Abstract
A new series with the tetrahydroisoquinoline-fused benzodiazepine (TBD) ring system combined with the surrogates of (1-methyl-1H-pyrrol-3-yl)benzene (“MPB”) payloads were designed and executed for conjugation with a monoclonal antibody for anticancer therapeutics. DNA models helped in rationally identifying modifications of the “MPB” binding component and guided structure–activity relationship generation. This hybrid series of payloads exhibited excellent in vitro activity when tested against a panel of various cancer cell lines. One of the payloads was appended with a lysosome-cleavable peptide linker and conjugated with an anti-mesothelin antibody via a site-specific conjugation method mediated by the enzyme bacterial transglutaminase (BTGase). Antibody–drug conjugate (ADC) 50 demonstrated good plasma stability and lysosomal cleavage. A single intravenous dose of ADC 50 (5 or 10 nmol/kg) showed robust efficacy in an N87 gastric cancer xenograft model.

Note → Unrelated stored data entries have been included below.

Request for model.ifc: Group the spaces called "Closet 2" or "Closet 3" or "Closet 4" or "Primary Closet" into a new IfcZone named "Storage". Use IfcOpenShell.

First a look at what the model holds.

```python
import ifcopenshell

model = ifcopenshell.open("model.ifc")
print(model.schema)
seen = {}
for space in model.by_type("IfcSpace"):
    seen[space.LongName] = seen.get(space.LongName, 0) + 1
for name, count in sorted(seen.items(), key=str):
    print(count, "x", name)
print("zones:", [z.Name for z in model.by_type("IfcZone")][:20])
```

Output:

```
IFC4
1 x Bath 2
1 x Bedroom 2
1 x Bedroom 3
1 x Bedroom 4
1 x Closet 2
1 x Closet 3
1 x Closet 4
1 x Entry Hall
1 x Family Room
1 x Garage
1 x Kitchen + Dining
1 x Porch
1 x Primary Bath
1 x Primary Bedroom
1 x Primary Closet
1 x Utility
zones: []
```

```python
import ifcopenshell
import ifcopenshell.api.group
import ifcopenshell.api.root

model = ifcopenshell.open("model.ifc")

names = {"Closet 2", "Closet 3", "Closet 4", "Primary Closet"}
spaces = [s for s in model.by_type("IfcSpace") if s.LongName in names]

zone = ifcopenshell.api.root.create_entity(model, ifc_class="IfcZone", name="Storage")
ifcopenshell.api.group.assign_group(model, products=spaces, group=zone)
print(len(spaces), "spaces in", zone.Name)

model.write("model_updated.ifc")
```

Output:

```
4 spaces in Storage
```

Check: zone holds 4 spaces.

Keywords: PBD, DNA minor groove binders, DNA binding models, ADC, cytotoxicity
Antibody–drug conjugates (ADCs) have ascended as powerful biologics that combine the high affinity and specificity of monoclonal antibodies (mAbs) with the promising antitumor efficacy of the payloads.1,2 Over the last two decades, ADCs have continued to evolve as an attractive modality for the treatment of hematological malignancies and solid tumors.3 Currently, there are nine approved and marketed ADCs.4 A cytotoxic agent, often called a payload, that is generally too toxic for systemic administration is combined with mAbs with the help of linkers to specifically target tumor cells. On the basis of the mechanism of action, payloads fall into three categories: antimitotic, DNA-interacting, and transcription-inhibiting. The antimitotic class of payloads used in ADCs act by interacting with tubulin and include maytansinoids, auristatins, tubulysins, and many others.5 The DNA-interacting class includes calicheamicin, duocarmycin, etc.6 The transcription inhibitors include amatoxins that bind to RNA polymerase II.7 Antimitotic and DNA-interacting payloads are most broadly used in ADCs. DNA-interacting agents act by binding to the minor groove and lead to intercalation, scission, alkylation, or cross-linking of strands. Hence, they are also called DNA minor groove binders (MGBs). Another important class of payloads used in ADCs is camptothecins.8 Camptothecin and its derivatives bind to the topoisomerase I/DNA complex as their mechanism of action.9
One of the MGBs that is highly pursued in the ADC architecture is the pyrrolo[2,1-c][1,4]benzodiazepine (PBD) class of compounds (Figure 1, example payload 1).10−17 PBD dimers bind in the minor groove of DNA, where they form interstrand cross-links with guanines. Rahman et al.18 reported that some non-covalent heteroaryl pharmacophores have a strong preference for GC-rich DNA sequences either alone or when combined with PBDs. Compounds 2a and 2b are the two most advanced candidates from Rahman et al.18 Notably, 2b demonstrated significant antitumor efficacy in breast (MDA-MB-231) and pancreatic (MIA PaCa-2) xenograft models.18
As part of our ADC discovery efforts19−21 and inspired by the report by Rahman et al.,18 we sought to pursue PBD–4-(1-methyl-1H-pyrrol-3-yl)benzeneamine (“MPB” as termed by Rahman et al.18) hybrid payloads for the ADC modality (Figure 1, example payloads 2a and 2b). The inherent toxicity of these payloads to normal cells motivated us to prosecute these agents for a targeted therapeutic approach like ADC. Our prior experience with PBD molecules led us to hypothesize that some examples in this class might be too potent to achieve an acceptable therapeutic index. An appealing aspect of these hybrid molecules was the potential to tune the properties by preparing a diverse set of analogues through variation of the MPB portion of the molecules. We pursued the reported “PBD–MPB” hybrid payloads in the context of our fused benzodiazepine with a tetrahydroisoquinoline ring system, herein called TBD (Figure 1, example payload 3).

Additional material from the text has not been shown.